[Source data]
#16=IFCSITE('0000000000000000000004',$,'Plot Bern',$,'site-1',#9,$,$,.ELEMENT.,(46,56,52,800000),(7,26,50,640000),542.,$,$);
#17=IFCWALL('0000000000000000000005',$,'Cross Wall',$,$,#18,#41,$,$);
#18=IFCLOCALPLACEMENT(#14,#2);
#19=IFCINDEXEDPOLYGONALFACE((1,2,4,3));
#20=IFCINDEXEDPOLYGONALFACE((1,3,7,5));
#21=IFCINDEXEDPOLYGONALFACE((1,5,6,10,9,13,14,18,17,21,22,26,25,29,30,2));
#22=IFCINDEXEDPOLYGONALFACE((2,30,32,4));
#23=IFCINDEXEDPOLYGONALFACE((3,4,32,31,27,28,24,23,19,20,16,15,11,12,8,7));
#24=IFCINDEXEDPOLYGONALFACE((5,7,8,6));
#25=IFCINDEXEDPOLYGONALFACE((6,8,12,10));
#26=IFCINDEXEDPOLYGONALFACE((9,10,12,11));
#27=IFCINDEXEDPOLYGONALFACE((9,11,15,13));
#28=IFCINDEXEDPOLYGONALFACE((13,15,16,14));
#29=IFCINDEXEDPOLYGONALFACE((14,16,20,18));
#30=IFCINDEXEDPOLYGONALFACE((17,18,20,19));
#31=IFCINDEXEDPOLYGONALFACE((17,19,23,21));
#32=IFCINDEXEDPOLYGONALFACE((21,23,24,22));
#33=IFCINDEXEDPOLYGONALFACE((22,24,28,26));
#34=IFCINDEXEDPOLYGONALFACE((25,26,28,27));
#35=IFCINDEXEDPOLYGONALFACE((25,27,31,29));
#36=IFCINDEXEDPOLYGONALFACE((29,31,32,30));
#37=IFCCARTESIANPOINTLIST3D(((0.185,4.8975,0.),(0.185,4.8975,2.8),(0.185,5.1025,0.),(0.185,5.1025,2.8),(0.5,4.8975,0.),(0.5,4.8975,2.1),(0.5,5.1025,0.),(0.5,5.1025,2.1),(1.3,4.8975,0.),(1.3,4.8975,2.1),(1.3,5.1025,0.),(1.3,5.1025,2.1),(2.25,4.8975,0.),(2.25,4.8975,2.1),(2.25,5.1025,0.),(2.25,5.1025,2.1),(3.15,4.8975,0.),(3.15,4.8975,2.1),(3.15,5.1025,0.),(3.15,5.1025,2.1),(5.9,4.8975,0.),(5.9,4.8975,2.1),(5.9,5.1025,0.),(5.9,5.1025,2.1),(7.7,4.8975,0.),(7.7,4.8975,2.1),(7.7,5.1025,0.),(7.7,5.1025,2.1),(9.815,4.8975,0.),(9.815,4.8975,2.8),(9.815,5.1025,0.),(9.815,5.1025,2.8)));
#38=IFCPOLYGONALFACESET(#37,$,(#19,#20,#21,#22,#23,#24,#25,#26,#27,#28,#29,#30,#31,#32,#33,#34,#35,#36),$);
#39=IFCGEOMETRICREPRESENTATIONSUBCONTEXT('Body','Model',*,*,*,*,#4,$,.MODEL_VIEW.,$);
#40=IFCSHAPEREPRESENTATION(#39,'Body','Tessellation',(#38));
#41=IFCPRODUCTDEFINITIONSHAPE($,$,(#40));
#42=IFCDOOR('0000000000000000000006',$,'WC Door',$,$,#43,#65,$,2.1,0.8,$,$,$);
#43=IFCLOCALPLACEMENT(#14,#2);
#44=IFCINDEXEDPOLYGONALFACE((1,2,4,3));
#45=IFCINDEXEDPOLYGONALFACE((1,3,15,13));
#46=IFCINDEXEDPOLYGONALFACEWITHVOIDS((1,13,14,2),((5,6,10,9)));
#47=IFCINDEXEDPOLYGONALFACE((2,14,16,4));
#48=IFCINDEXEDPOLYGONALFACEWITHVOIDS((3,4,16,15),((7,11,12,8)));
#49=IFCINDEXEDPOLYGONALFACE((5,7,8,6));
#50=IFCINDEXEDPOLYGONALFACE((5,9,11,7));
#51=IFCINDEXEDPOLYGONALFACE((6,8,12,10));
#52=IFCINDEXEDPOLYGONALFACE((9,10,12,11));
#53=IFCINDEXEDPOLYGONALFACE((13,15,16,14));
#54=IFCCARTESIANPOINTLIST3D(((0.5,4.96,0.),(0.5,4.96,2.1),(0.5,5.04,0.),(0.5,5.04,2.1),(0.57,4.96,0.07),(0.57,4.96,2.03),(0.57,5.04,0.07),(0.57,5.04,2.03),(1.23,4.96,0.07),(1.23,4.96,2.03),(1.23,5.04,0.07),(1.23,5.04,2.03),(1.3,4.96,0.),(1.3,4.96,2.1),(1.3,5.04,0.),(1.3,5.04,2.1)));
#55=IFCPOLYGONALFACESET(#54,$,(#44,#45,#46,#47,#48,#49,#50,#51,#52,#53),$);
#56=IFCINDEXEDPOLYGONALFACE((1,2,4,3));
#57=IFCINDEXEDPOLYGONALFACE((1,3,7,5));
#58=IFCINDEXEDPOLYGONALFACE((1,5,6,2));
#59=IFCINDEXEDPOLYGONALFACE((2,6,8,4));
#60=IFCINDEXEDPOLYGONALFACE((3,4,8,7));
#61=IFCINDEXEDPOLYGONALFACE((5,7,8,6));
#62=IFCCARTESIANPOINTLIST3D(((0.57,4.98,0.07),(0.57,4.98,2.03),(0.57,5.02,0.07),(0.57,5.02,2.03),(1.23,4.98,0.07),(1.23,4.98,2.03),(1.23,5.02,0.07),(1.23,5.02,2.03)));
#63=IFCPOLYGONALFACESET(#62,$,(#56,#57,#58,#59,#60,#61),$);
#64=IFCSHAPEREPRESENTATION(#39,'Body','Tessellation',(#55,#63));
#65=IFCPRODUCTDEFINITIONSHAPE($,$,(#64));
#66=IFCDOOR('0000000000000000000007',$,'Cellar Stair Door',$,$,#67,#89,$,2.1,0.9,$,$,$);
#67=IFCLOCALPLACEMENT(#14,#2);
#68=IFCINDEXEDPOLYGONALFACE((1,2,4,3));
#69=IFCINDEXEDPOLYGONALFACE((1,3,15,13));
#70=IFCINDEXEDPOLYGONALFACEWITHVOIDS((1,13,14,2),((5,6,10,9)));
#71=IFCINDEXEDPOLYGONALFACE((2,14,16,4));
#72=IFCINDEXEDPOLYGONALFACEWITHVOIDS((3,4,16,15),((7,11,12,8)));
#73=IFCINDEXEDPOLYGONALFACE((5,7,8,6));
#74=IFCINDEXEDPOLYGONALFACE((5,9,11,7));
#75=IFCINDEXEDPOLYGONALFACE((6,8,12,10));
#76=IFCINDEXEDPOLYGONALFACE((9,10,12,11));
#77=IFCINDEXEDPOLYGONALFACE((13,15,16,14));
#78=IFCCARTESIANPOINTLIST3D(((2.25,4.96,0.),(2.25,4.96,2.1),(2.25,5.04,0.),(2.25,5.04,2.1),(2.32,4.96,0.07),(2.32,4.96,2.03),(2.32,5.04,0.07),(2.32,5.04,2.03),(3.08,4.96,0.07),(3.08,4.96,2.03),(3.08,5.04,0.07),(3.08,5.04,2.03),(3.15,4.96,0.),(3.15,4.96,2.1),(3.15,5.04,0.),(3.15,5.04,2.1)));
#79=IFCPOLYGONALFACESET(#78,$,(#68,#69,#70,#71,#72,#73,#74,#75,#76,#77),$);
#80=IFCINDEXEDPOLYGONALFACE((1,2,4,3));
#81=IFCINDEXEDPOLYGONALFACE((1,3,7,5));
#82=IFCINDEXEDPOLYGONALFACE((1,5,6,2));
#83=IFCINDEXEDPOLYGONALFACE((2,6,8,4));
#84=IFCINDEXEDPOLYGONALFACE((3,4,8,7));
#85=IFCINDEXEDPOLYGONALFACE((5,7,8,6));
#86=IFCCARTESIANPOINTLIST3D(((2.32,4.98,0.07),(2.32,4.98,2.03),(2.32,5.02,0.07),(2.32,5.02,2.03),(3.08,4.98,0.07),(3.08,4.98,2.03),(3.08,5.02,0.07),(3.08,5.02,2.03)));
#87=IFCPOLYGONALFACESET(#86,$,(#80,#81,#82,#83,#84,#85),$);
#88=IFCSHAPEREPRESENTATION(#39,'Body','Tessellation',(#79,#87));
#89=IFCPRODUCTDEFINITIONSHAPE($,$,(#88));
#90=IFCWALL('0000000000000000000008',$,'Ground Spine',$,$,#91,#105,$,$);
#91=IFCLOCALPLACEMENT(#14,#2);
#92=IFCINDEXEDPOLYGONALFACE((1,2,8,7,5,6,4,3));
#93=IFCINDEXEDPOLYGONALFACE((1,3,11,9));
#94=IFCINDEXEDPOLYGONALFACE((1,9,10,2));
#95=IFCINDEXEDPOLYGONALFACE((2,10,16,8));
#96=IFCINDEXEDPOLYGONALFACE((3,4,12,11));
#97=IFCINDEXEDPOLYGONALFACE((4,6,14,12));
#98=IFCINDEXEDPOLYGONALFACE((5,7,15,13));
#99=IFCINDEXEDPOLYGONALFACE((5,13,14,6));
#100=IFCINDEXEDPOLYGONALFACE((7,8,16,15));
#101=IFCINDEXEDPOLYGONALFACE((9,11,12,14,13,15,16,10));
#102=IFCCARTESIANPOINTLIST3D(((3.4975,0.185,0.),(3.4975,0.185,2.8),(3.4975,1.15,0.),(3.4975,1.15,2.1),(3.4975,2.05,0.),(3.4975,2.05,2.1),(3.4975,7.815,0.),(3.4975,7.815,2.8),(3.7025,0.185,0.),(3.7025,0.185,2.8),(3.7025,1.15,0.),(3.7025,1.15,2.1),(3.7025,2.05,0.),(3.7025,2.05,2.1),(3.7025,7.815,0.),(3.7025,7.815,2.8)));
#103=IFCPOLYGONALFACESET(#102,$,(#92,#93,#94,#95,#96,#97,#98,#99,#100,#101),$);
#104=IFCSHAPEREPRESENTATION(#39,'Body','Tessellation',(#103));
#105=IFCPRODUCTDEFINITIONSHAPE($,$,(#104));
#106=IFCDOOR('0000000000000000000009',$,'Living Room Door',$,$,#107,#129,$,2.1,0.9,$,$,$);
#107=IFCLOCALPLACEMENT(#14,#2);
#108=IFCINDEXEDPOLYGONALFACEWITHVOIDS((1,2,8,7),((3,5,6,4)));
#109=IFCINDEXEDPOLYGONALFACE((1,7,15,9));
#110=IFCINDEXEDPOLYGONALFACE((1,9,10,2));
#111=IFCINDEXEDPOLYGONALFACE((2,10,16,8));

Work to complete
From the preceding records, count the lines where "Body" occurs and reply with the number only.

Answer section
5